====== DATA TO USE
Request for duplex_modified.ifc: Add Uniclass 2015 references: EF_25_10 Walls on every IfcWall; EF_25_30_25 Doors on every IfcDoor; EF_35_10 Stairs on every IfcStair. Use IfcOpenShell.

First a look at what the model holds.

```python
import ifcopenshell

model = ifcopenshell.open("duplex_modified.ifc")
print(model.schema)
print("classifications:", [c.Name for c in model.by_type("IfcClassification")])
for ifc_class in ("IfcDoor", "IfcRoof", "IfcStair", "IfcWall", "IfcWindow"):
    print(ifc_class, len(model.by_type(ifc_class)))
```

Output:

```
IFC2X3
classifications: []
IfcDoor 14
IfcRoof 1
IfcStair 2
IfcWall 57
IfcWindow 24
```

```python
import ifcopenshell
import ifcopenshell.api.classification

model = ifcopenshell.open("duplex_modified.ifc")

# IFC2X3 requires Source and Edition and has no link from the project to the system.
system = model.create_entity("IfcClassification", Source="NBS", Edition="2015", Name="Uniclass 2015")

codes = {
    "IfcWall": ("EF_25_10", "Walls"),
    "IfcDoor": ("EF_25_30_25", "Doors"),
    "IfcStair": ("EF_35_10", "Stairs"),
}
for ifc_class, (code, name) in codes.items():
    products = model.by_type(ifc_class)
    ifcopenshell.api.classification.add_reference(
        model, products=products, classification=system, identification=code, name=name
    )
    print(code, len(products))

model.write("duplex_modified_updated.ifc")
```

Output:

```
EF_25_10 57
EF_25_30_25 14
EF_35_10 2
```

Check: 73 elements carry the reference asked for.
============
* **DIRECTIONS**
Reproduce the data exactly, altering nothing.

* **OUTPUT FOR THIS EXERCISE**
Request for duplex_modified.ifc: Add Uniclass 2015 references: EF_25_10 Walls on every IfcWall; EF_25_30_25 Doors on every IfcDoor; EF_35_10 Stairs on every IfcStair. Use IfcOpenShell.

First a look at what the model holds.

```python
import ifcopenshell

model = ifcopenshell.open("duplex_modified.ifc")
print(model.schema)
print("classifications:", [c.Name for c in model.by_type("IfcClassification")])
for ifc_class in ("IfcDoor", "IfcRoof", "IfcStair", "IfcWall", "IfcWindow"):
    print(ifc_class, len(model.by_type(ifc_class)))
```

Output:

```
IFC2X3
classifications: []
IfcDoor 14
IfcRoof 1
IfcStair 2
IfcWall 57
IfcWindow 24
```

```python
import ifcopenshell
import ifcopenshell.api.classification

model = ifcopenshell.open("duplex_modified.ifc")

# IFC2X3 requires Source and Edition and has no link from the project to the system.
system = model.create_entity("IfcClassification", Source="NBS", Edition="2015", Name="Uniclass 2015")

codes = {
    "IfcWall": ("EF_25_10", "Walls"),
    "IfcDoor": ("EF_25_30_25", "Doors"),
    "IfcStair": ("EF_35_10", "Stairs"),
}
for ifc_class, (code, name) in codes.items():
    products = model.by_type(ifc_class)
    ifcopenshell.api.classification.add_reference(
        model, products=products, classification=system, identification=code, name=name
    )
    print(code, len(products))

model.write("duplex_modified_updated.ifc")
```

Output:

```
EF_25_10 57
EF_25_30_25 14
EF_35_10 2
```

Check: 73 elements carry the reference asked for.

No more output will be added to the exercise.